The announced position aims at modeling changes in the hydrological regime of mid-latitude montane catchments in response to climate change and landscape disturbance. The candidate will work within a framing wider research project. The research will employ data from long-term hydrometeorological observations, and from the own experimental automated sensor network. The research topic should cover one of the following aspects of hydrological change:
- Changes in the hydrological regime and runoff dynamics of montane peat bogs in response
to the changing climate and environment.
- Changes in mountain catchment storage in response to climate change, with a focus on the
modeling of the snowpack dynamics in relation to climate change, the memory effect of the
catchments, water balance, and groundwater storage.
- Nature-based solutions for mitigation of hydrological extremes, with a focus on the effects of
land and stream restorations on the mitigation of droughts and floods.

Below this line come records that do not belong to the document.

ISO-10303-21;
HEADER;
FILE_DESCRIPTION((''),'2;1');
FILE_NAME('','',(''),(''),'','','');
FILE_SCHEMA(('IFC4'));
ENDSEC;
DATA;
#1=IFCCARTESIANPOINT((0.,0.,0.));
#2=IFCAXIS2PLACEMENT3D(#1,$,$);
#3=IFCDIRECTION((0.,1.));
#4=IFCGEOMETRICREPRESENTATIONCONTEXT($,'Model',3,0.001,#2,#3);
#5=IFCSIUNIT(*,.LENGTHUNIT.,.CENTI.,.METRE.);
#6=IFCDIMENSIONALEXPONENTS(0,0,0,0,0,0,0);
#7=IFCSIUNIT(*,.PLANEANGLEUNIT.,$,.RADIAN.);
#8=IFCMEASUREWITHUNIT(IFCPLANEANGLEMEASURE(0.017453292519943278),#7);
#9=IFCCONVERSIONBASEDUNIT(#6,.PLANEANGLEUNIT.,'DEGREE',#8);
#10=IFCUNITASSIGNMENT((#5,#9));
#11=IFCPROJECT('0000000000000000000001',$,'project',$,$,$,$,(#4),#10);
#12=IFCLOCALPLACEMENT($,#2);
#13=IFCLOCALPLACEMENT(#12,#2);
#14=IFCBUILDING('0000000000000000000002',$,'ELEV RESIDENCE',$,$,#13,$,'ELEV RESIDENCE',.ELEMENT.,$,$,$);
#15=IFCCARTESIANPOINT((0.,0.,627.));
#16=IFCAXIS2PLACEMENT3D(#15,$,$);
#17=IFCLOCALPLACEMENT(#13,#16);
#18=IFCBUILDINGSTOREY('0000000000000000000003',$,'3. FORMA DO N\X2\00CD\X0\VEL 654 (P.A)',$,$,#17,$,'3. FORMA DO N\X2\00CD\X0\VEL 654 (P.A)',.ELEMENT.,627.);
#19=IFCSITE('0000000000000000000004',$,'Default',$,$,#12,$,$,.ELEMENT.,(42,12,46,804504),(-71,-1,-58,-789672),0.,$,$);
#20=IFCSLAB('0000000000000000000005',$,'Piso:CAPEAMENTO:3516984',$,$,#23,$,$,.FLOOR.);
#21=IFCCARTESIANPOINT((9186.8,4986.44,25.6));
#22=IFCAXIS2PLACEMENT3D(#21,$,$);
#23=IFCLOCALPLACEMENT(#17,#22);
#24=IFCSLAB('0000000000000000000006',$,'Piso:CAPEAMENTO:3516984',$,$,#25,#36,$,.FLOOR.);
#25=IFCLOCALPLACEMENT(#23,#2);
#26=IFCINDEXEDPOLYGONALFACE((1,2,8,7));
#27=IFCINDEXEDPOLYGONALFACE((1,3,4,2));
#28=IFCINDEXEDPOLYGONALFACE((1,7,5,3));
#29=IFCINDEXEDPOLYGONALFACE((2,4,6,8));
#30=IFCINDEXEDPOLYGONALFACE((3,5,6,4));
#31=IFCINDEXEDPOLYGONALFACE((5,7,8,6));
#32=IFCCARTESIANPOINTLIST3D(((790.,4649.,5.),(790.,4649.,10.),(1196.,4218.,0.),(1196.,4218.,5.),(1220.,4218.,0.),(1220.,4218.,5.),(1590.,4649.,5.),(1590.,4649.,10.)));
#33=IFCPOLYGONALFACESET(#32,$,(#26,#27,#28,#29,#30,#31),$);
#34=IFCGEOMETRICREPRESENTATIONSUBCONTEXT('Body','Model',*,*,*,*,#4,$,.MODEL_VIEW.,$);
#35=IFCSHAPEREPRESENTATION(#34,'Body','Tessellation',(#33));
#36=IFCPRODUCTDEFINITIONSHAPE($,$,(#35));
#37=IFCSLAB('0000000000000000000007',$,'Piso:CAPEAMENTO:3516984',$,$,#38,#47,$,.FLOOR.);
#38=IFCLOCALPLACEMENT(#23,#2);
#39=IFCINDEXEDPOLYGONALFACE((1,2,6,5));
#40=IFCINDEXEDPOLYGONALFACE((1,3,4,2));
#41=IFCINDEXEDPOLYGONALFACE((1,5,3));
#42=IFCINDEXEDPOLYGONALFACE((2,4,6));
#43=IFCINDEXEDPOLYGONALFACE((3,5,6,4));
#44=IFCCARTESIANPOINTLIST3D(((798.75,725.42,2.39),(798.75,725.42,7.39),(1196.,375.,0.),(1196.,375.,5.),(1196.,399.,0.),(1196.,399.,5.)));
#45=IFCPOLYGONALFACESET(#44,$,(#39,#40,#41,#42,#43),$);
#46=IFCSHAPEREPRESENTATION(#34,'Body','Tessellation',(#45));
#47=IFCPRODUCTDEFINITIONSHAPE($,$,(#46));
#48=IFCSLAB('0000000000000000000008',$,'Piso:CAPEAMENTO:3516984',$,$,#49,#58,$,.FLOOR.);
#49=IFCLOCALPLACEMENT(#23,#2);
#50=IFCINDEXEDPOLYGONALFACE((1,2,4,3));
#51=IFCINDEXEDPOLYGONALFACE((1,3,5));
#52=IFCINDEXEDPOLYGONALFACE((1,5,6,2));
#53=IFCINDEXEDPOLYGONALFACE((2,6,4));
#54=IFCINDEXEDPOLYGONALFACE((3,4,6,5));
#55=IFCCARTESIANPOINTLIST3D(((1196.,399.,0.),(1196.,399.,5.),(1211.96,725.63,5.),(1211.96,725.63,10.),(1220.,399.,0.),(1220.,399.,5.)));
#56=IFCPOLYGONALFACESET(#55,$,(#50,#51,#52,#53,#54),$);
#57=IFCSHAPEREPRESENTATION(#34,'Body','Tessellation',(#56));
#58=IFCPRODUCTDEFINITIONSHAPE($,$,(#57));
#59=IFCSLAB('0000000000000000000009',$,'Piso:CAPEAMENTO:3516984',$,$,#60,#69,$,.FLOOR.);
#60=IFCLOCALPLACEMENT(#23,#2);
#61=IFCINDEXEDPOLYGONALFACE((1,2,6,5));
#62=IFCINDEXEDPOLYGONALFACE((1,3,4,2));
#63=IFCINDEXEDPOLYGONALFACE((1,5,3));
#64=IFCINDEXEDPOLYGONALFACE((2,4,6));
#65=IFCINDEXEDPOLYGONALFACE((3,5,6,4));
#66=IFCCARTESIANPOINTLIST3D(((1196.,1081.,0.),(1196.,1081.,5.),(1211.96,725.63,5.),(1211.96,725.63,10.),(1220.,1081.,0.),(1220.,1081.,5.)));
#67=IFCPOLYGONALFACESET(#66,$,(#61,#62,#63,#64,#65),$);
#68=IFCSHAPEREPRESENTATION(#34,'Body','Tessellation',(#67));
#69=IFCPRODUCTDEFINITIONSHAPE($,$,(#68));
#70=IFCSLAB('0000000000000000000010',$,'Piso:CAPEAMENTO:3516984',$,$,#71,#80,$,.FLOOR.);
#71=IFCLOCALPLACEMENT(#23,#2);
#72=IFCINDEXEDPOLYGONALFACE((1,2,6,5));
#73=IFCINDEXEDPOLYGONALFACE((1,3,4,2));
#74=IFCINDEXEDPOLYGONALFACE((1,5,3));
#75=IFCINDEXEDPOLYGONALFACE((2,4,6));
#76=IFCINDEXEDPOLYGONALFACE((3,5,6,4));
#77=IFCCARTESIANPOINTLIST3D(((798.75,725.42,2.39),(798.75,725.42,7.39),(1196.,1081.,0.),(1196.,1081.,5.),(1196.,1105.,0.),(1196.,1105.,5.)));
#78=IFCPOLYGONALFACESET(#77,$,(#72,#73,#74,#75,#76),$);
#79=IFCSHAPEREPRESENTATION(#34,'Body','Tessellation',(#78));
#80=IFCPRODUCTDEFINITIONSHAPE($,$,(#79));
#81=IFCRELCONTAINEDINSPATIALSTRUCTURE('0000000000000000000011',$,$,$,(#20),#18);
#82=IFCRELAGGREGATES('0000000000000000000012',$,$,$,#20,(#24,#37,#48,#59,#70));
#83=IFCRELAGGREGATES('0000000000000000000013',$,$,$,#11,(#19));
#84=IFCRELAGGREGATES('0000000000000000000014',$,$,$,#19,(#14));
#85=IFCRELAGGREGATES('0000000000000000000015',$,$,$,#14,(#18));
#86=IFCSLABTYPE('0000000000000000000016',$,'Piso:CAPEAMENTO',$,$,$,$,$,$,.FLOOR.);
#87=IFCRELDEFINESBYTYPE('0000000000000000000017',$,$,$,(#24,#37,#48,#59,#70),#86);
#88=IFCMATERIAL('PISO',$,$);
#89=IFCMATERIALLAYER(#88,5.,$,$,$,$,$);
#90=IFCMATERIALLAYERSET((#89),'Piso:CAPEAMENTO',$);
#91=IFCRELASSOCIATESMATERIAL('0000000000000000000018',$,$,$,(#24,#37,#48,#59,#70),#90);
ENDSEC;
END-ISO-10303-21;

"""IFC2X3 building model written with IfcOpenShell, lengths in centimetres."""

from ifc_helpers import new_model, entity, si_unit, converted_unit, direction, frame, origin, place, context, subcontext, project, spatial, polyline, outline, extrude, material, layer, layer_set, type_object, element, aggregate, save


model = new_model("IFC2X3")

# Units and contexts
model_context = context("Model", 3, precision=0.001, world=origin(), true_north=direction((0.0, 1.0)))
body_context = subcontext(model_context, "Body", "Model", "MODEL_VIEW")
ifc_project = project(units=[si_unit("LENGTHUNIT", "METRE", prefix="CENTI"), converted_unit("PLANEANGLEUNIT", "DEGREE", entity("IfcPlaneAngleMeasure", 0.017453292519943278), si_unit("PLANEANGLEUNIT", "RADIAN"), dimensions=[0, 0, 0, 0, 0, 0, 0])], contexts=[model_context])

# Site, building, storey
site_placement = place(None, origin())
site = spatial("IfcSite", under=ifc_project, at=site_placement, Name="Default", CompositionType="ELEMENT", RefLatitude=(42, 12, 46, 804504), RefLongitude=(-71, -1, -58, -789672), RefElevation=0.0)
building_placement = place(site_placement, origin())
building = spatial("IfcBuilding", under=site, at=building_placement, Name="ELEV RESIDENCE", LongName="ELEV RESIDENCE", CompositionType="ELEMENT")
storey_placement = place(building_placement, frame((0.0, 0.0, 627.0)))
storey = spatial("IfcBuildingStorey", under=building, at=storey_placement, Name="3. FORMA DO NÍVEL 654 (P.A)", LongName="3. FORMA DO NÍVEL 654 (P.A)", CompositionType="ELEMENT", Elevation=627.0)

# Slabs
slab_1_placement = place(storey_placement, frame((9186.8, 4986.44, 25.6)))
slab_1 = element("IfcSlab", 1, at=slab_1_placement, inside=storey, Name="Piso:CAPEAMENTO:3516984", PredefinedType="FLOOR")
ifc_material = material(Name="PISO")
ifc_layer = layer(ifc_material, 5.0)
ifc_layer_set = layer_set([ifc_layer], Name="Piso:CAPEAMENTO")
slab_type = type_object("IfcSlabType", Name="Piso:CAPEAMENTO", PredefinedType="FLOOR")
slab_2_placement = place(slab_1_placement, origin())
slab_2 = element("IfcSlab", 2, at=slab_2_placement, type_object=slab_type, material=ifc_layer_set, Name="Piso:CAPEAMENTO:3516984", PredefinedType="FLOOR", context=body_context, shape_type="SweptSolid", body=[
    extrude(outline(polyline([(400.0, 215.51), (-400.0, 215.51), (6.0, -215.51), (30.0, -215.51), (400.0, 215.51)])), frame((1190.0, 4433.5, 7.5), z_axis=(0.0, -0.0116, 0.999933), x_axis=(1.0, 0.0, 0.0)), (0.0, -0.0116, -0.999933), 5.0),
])
slab_3_placement = place(slab_1_placement, origin())
slab_3 = element("IfcSlab", 3, at=slab_3_placement, type_object=slab_type, material=ifc_layer_set, Name="Piso:CAPEAMENTO:3516984", PredefinedType="FLOOR", context=body_context, shape_type="SweptSolid", body=[
    extrude(outline(polyline([(198.63, -175.21), (198.63, -151.21), (-198.63, 175.21), (198.63, -175.21)])), frame((997.38, 550.21, 6.2), z_axis=(0.006024, 0.0, 0.999982), x_axis=(0.999982, 0.0, -0.006024)), (0.006024, 0.0, -0.999982), 5.0),
])
slab_4_placement = place(slab_1_placement, origin())
slab_4 = element("IfcSlab", 4, at=slab_4_placement, type_object=slab_type, material=ifc_layer_set, Name="Piso:CAPEAMENTO:3516984", PredefinedType="FLOOR", context=body_context, shape_type="SweptSolid", body=[
    extrude(outline(polyline([(-12.0, -163.34), (12.0, -163.34), (3.96, 163.34), (-12.0, -163.34)])), frame((1208.0, 562.31, 7.5), z_axis=(0.0, -0.015306, 0.999883), x_axis=(1.0, 0.0, 0.0)), (0.0, -0.015306, -0.999883), 5.0),
])
slab_5_placement = place(slab_1_placement, origin())
slab_5 = element("IfcSlab", 5, at=slab_5_placement, type_object=slab_type, material=ifc_layer_set, Name="Piso:CAPEAMENTO:3516984", PredefinedType="FLOOR", context=body_context, shape_type="SweptSolid", body=[
    extrude(outline(polyline([(12.0, 177.7), (-12.0, 177.7), (3.96, -177.7), (12.0, 177.7)])), frame((1208.0, 903.31, 7.5), z_axis=(0.0, 0.014069, 0.999901), x_axis=(1.0, 0.0, 0.0)), (0.0, 0.014069, -0.999901), 5.0),
])
slab_6_placement = place(slab_1_placement, origin())
slab_6 = element("IfcSlab", 6, at=slab_6_placement, type_object=slab_type, material=ifc_layer_set, Name="Piso:CAPEAMENTO:3516984", PredefinedType="FLOOR", context=body_context, shape_type="SweptSolid", body=[
    extrude(outline(polyline([(198.63, 165.79), (198.63, 189.79), (-198.63, -189.79), (198.63, 165.79)])), frame((997.38, 915.21, 6.2), z_axis=(0.006024, 0.0, 0.999982), x_axis=(0.999982, 0.0, -0.006024)), (0.006024, 0.0, -0.999982), 5.0),
])
aggregate(slab_1, [slab_2, slab_3, slab_4, slab_5, slab_6])

save(model, "model.ifc")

(3) Glacial lake outbursts and landslides
The announced position will focus on natural hazards and risks (GLOFs or landslides) studied by advanced methods of remote sensing. Retreat of glaciers, resulting from climate change, can reveal overdeepenings on the glacier bed where future lakes will form. GLOFs from selected lakes will be modelled in terms of their susceptibility to outburst. Alternatively, the position can focus on landslides: shallow or deep-seated landslides as well as on related debris and/or earth flows that lead to the development of badland areas and release of sediments to the local drainage systems. GLOFs and landslides could be combined or studied separately.
(4) Palaeoglaciation of north-eastern Eurasia
The vast mountainous regions of north-eastern Eurasia (the continental landmass east of the AldanLena rivers) hosted extensive glaciation during the Pleistocene glacial periods, which obstructed the biotic interchange between Eurasia and the Americas, possibly playing a role in the late settlement of the Americas by humans. However, the extents of these glaciations, both in terms of the local Last Glacial Maximum and the all-time Pleistocene maximum, have not yet been clearly determined, owing to the remoteness of the region and lack of high-resolution remote sensing data. The recently available high-resolution digital elevation data make it possible to map the glacial landform record in a detail that would allow for determining the past glacial extents with some confidence.
Within the advertised position, the goal will be to map the glacial landform record of north-eastern Eurasia from high resolution data and to use the mapping results for inferences on the past extents of glaciation. The successful candidate for this position will have experience with glacial geomorphological mapping in GIS backed by publication record within this field of research. The selected candidate will work on this topic with Martin Margold (CU), Iestyn Barr (Manchester Metropolitan University) and other international collaborators.
Applications should contain the following: (1) CV including publication record, (2) Motivation letter explaining why the candidate is suitable for the selected research topic, (3) One reference letter.
Applicants will be first shortlisted based on their applications and the shortlisted candidates will be invited for an online interview. The results will be announced in December 2021.